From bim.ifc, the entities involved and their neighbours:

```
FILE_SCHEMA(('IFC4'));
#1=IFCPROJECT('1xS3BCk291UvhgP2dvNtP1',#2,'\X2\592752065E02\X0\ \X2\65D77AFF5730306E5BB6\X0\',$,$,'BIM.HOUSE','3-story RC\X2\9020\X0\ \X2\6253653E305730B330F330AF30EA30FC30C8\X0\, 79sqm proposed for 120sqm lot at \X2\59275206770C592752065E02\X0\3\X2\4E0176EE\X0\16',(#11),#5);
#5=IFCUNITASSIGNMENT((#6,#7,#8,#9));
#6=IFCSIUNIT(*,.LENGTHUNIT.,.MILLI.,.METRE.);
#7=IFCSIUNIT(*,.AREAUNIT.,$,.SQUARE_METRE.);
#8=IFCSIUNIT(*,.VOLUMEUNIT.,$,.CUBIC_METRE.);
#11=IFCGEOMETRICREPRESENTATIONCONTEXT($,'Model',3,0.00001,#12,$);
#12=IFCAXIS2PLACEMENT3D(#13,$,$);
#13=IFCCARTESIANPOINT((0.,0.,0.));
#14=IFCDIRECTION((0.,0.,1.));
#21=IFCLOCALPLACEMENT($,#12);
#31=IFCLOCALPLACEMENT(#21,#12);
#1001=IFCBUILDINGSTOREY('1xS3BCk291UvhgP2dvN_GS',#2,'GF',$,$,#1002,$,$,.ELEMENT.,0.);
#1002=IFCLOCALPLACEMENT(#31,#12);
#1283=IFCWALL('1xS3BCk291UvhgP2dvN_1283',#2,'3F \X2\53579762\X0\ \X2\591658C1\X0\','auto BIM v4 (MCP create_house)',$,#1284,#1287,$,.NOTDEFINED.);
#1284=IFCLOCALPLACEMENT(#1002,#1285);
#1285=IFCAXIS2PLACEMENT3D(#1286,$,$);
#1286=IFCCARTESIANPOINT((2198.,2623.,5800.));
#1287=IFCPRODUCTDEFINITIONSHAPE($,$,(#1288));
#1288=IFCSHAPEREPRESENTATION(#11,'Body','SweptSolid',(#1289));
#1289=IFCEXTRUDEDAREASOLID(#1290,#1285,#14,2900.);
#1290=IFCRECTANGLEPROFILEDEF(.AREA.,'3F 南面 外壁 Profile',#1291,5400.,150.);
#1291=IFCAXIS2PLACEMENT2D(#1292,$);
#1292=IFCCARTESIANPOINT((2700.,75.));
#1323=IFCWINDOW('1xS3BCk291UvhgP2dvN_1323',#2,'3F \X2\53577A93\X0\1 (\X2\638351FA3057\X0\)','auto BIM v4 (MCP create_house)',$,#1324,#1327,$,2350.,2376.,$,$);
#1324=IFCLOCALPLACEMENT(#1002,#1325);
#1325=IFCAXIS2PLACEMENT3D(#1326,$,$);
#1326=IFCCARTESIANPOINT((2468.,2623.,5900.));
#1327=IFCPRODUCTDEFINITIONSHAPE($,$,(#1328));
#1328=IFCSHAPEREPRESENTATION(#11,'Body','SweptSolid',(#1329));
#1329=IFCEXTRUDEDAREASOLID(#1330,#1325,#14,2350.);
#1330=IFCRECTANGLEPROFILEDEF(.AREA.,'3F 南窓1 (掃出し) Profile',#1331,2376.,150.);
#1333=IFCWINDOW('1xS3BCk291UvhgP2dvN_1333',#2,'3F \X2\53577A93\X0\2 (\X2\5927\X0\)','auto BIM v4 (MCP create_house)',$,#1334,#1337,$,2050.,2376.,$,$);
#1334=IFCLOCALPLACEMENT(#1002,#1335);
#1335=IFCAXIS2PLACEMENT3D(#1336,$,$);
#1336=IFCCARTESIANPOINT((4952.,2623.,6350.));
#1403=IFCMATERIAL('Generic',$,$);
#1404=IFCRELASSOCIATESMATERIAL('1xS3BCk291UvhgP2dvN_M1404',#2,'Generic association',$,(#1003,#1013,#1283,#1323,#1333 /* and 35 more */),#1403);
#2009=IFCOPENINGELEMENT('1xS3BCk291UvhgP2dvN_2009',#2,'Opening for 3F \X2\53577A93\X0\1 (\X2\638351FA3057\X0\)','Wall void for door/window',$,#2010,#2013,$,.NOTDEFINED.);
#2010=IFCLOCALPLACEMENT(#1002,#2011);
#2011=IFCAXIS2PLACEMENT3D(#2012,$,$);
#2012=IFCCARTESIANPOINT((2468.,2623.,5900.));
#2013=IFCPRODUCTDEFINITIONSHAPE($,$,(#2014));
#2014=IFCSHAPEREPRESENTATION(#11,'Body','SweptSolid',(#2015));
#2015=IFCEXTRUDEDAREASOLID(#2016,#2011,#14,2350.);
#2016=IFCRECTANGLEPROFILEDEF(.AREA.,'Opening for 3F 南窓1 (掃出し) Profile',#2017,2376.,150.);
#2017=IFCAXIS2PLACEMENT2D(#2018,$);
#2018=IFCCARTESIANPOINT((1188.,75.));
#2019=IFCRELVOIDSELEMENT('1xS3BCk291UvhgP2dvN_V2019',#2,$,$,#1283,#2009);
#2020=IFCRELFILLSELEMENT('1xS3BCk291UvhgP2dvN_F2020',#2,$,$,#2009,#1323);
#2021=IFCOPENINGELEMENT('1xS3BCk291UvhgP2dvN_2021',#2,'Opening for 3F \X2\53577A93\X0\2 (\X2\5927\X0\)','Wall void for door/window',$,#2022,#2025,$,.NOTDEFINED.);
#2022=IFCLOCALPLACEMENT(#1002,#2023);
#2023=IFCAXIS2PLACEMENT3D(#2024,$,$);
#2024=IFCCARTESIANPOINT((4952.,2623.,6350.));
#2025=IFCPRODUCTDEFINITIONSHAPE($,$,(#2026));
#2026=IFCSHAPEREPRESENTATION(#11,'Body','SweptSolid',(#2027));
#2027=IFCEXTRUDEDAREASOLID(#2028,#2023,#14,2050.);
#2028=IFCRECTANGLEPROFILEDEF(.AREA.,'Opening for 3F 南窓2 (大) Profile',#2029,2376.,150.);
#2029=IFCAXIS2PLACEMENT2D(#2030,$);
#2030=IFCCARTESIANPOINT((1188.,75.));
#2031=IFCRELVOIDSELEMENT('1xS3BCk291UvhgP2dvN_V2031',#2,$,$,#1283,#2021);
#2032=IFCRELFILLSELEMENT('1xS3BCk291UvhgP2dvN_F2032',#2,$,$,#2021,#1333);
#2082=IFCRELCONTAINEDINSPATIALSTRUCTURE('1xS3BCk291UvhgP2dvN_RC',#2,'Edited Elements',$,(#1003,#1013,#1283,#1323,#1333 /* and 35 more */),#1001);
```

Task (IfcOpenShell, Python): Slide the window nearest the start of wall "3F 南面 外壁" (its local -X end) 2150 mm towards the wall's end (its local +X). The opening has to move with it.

```python
import ifcopenshell
import ifcopenshell.api.geometry
import ifcopenshell.util.placement
import ifcopenshell.util.unit

model = ifcopenshell.open("bim.ifc")
unit_scale = ifcopenshell.util.unit.calculate_unit_scale(model)

window = model.by_id(1323)
opening = window.FillsVoids[0].RelatingOpeningElement
wall = opening.VoidsElements[0].RelatingBuildingElement

wall_matrix = ifcopenshell.util.placement.get_local_placement(wall.ObjectPlacement)
shift = wall_matrix[:3, 0] * 2.15 / unit_scale
before = ifcopenshell.util.placement.get_local_placement(window.ObjectPlacement)[:3, 3].copy()

# The window is not placed relative to its opening, so move both.
for product in (opening, window):
    matrix = ifcopenshell.util.placement.get_local_placement(product.ObjectPlacement)
    matrix[:3, 3] += shift
    ifcopenshell.api.geometry.edit_object_placement(model, product=product, matrix=matrix, is_si=False)

after = ifcopenshell.util.placement.get_local_placement(window.ObjectPlacement)[:3, 3]
print("window moved by", (after - before).round(3) + 0.0)

model.write("bim_v2.ifc")
```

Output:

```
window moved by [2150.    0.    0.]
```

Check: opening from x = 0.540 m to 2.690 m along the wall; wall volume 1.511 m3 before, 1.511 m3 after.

========

**PROBLEM TO SOLVE**
In the material above, find each line containing the word "more" and copy it.

**ANSWER BOX**
#1404=IFCRELASSOCIATESMATERIAL('1xS3BCk291UvhgP2dvN_M1404',#2,'Generic association',$,(#1003,#1013,#1283,#1323,#1333 /* and 35 more */),#1403);
#2082=IFCRELCONTAINEDINSPATIALSTRUCTURE('1xS3BCk291UvhgP2dvN_RC',#2,'Edited Elements',$,(#1003,#1013,#1283,#1323,#1333 /* and 35 more */),#1001);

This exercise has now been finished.